Every line of the records below from the line with "#146=IFCINDEXEDPOLYGONALFACE((1,5,6,2));" up to and including the line with "#161=IFCINDEXEDPOLYGONALFACE((5,7,8,6));" must be reproduced exactly, and no line outside that range.
↓
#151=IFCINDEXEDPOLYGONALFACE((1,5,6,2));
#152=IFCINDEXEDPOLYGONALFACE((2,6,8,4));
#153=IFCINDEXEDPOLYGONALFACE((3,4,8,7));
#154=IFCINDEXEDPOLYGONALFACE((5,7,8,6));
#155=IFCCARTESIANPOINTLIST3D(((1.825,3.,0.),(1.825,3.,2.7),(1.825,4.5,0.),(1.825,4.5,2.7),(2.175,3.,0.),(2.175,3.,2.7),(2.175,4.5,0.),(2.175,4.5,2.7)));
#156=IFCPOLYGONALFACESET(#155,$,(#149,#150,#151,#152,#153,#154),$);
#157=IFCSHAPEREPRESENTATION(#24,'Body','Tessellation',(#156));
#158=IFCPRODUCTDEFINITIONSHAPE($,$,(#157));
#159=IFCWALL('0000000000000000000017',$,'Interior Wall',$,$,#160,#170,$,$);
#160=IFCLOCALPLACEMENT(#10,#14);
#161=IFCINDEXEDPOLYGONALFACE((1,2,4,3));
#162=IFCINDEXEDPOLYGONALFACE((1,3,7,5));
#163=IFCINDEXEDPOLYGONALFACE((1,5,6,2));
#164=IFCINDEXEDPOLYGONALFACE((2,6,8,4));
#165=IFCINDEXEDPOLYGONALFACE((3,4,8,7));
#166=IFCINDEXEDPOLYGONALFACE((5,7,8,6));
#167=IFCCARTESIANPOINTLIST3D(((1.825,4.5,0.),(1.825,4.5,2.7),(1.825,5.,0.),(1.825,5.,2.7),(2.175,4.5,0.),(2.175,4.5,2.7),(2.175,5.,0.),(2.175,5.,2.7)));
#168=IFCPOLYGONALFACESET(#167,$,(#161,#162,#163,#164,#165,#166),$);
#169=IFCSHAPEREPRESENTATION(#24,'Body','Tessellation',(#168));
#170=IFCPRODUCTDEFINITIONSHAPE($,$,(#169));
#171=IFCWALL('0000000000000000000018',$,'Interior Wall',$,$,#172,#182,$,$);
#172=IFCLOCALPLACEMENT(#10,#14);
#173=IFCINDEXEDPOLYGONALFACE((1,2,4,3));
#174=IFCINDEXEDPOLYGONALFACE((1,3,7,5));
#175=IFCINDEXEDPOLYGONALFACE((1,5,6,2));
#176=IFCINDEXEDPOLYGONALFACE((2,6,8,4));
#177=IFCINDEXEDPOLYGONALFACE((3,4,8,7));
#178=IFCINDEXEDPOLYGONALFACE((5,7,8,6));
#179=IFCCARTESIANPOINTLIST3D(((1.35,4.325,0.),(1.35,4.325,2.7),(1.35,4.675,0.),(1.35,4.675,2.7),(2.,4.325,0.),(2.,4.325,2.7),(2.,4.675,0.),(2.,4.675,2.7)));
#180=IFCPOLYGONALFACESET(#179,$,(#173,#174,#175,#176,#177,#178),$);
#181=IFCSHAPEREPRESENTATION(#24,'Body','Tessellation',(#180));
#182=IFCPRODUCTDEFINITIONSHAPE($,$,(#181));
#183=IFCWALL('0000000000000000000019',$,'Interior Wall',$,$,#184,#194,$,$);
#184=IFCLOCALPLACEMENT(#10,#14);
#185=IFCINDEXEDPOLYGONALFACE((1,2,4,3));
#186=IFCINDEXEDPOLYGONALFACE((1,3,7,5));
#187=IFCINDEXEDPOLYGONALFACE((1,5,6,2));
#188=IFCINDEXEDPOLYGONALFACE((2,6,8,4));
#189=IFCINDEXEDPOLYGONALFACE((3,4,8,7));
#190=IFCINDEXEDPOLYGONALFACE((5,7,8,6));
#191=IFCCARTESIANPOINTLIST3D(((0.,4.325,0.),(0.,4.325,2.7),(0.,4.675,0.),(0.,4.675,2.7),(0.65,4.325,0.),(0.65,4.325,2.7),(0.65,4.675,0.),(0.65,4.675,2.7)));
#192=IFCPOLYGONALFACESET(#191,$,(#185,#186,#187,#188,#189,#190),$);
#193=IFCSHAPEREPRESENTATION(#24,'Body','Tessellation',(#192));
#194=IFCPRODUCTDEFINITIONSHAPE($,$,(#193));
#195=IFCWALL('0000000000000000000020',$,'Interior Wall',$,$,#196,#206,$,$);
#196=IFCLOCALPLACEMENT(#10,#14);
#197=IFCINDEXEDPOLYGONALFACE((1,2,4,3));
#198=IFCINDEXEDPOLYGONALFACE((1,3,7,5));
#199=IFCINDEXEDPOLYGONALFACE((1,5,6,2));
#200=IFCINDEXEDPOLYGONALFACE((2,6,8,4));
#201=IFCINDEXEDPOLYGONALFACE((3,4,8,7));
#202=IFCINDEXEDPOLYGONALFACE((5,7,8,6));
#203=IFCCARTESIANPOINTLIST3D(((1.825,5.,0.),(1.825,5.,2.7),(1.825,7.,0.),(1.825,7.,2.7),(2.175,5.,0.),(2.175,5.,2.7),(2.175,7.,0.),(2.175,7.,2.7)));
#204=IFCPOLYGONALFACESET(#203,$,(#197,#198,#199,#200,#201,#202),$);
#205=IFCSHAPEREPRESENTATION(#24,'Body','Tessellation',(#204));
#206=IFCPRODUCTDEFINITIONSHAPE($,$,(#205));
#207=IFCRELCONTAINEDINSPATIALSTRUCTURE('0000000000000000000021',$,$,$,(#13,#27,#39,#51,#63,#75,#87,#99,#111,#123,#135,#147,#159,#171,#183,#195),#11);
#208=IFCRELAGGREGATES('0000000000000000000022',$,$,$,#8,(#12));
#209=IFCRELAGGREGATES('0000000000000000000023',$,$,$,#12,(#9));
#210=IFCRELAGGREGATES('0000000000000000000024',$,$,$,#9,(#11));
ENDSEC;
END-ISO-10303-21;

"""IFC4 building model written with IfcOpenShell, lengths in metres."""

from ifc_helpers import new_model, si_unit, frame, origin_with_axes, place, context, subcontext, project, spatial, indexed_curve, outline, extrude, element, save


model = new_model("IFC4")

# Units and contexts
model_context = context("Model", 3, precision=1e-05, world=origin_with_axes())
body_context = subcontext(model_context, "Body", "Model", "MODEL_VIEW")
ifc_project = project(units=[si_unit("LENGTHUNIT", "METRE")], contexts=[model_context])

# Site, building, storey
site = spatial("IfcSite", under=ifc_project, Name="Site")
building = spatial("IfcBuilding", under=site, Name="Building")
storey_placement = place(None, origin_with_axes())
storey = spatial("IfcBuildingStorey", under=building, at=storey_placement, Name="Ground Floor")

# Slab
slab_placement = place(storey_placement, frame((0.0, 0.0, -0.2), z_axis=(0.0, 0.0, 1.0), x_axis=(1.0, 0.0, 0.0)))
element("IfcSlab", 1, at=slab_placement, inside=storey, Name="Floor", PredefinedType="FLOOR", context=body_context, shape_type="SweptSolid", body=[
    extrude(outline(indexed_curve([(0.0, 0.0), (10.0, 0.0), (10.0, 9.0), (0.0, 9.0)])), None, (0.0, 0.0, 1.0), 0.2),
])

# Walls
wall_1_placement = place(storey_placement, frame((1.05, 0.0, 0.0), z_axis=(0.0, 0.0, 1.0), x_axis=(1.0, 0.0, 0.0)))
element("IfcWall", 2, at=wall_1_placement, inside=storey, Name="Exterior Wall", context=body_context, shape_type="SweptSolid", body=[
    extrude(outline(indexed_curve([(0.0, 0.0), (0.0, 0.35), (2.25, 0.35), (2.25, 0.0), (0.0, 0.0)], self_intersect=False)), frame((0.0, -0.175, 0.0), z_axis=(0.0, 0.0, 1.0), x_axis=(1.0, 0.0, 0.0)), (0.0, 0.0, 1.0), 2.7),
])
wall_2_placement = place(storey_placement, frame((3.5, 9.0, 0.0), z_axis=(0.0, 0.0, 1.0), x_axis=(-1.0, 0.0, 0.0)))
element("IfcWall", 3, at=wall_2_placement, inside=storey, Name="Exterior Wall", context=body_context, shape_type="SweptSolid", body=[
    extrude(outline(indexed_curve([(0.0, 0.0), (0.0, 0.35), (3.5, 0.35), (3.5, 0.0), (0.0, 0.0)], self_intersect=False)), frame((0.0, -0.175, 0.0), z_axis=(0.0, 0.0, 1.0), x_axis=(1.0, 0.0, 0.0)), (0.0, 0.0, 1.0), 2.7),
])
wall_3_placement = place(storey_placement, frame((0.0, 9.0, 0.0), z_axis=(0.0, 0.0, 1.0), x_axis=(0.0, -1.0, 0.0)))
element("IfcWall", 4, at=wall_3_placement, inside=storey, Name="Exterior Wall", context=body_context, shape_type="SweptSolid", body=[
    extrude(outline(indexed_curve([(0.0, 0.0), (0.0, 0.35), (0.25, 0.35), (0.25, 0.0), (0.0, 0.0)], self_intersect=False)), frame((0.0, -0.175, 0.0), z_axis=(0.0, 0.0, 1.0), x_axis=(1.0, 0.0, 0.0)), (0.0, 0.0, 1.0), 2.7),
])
↑
↓
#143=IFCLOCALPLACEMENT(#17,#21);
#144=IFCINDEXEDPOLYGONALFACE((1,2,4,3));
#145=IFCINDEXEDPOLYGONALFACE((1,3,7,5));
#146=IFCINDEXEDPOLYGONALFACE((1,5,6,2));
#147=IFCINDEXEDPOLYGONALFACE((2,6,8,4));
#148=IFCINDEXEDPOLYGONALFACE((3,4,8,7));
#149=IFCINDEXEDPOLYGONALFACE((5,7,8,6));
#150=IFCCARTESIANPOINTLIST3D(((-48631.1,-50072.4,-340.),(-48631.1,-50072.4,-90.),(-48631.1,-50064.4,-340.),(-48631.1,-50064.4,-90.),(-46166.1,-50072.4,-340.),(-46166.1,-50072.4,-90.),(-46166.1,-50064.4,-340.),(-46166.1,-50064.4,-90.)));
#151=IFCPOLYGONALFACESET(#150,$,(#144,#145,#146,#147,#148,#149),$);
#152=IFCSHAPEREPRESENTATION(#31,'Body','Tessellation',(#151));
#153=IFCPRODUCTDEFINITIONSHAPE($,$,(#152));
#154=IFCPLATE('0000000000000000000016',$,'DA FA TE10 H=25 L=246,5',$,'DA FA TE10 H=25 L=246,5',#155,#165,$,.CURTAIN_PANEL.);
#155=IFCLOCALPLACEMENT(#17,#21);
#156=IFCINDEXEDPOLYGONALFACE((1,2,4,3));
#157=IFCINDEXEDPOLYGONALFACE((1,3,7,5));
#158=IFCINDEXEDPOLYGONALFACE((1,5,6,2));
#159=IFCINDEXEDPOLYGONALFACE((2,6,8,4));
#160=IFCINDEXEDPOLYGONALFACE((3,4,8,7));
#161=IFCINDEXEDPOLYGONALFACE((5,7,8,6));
↑
Response =
#146=IFCINDEXEDPOLYGONALFACE((1,5,6,2));
#147=IFCINDEXEDPOLYGONALFACE((2,6,8,4));
#148=IFCINDEXEDPOLYGONALFACE((3,4,8,7));
#149=IFCINDEXEDPOLYGONALFACE((5,7,8,6));
#150=IFCCARTESIANPOINTLIST3D(((-48631.1,-50072.4,-340.),(-48631.1,-50072.4,-90.),(-48631.1,-50064.4,-340.),(-48631.1,-50064.4,-90.),(-46166.1,-50072.4,-340.),(-46166.1,-50072.4,-90.),(-46166.1,-50064.4,-340.),(-46166.1,-50064.4,-90.)));
#151=IFCPOLYGONALFACESET(#150,$,(#144,#145,#146,#147,#148,#149),$);
#152=IFCSHAPEREPRESENTATION(#31,'Body','Tessellation',(#151));
#153=IFCPRODUCTDEFINITIONSHAPE($,$,(#152));
#154=IFCPLATE('0000000000000000000016',$,'DA FA TE10 H=25 L=246,5',$,'DA FA TE10 H=25 L=246,5',#155,#165,$,.CURTAIN_PANEL.);
#155=IFCLOCALPLACEMENT(#17,#21);
#156=IFCINDEXEDPOLYGONALFACE((1,2,4,3));
#157=IFCINDEXEDPOLYGONALFACE((1,3,7,5));
#158=IFCINDEXEDPOLYGONALFACE((1,5,6,2));
#159=IFCINDEXEDPOLYGONALFACE((2,6,8,4));
#160=IFCINDEXEDPOLYGONALFACE((3,4,8,7));
#161=IFCINDEXEDPOLYGONALFACE((5,7,8,6));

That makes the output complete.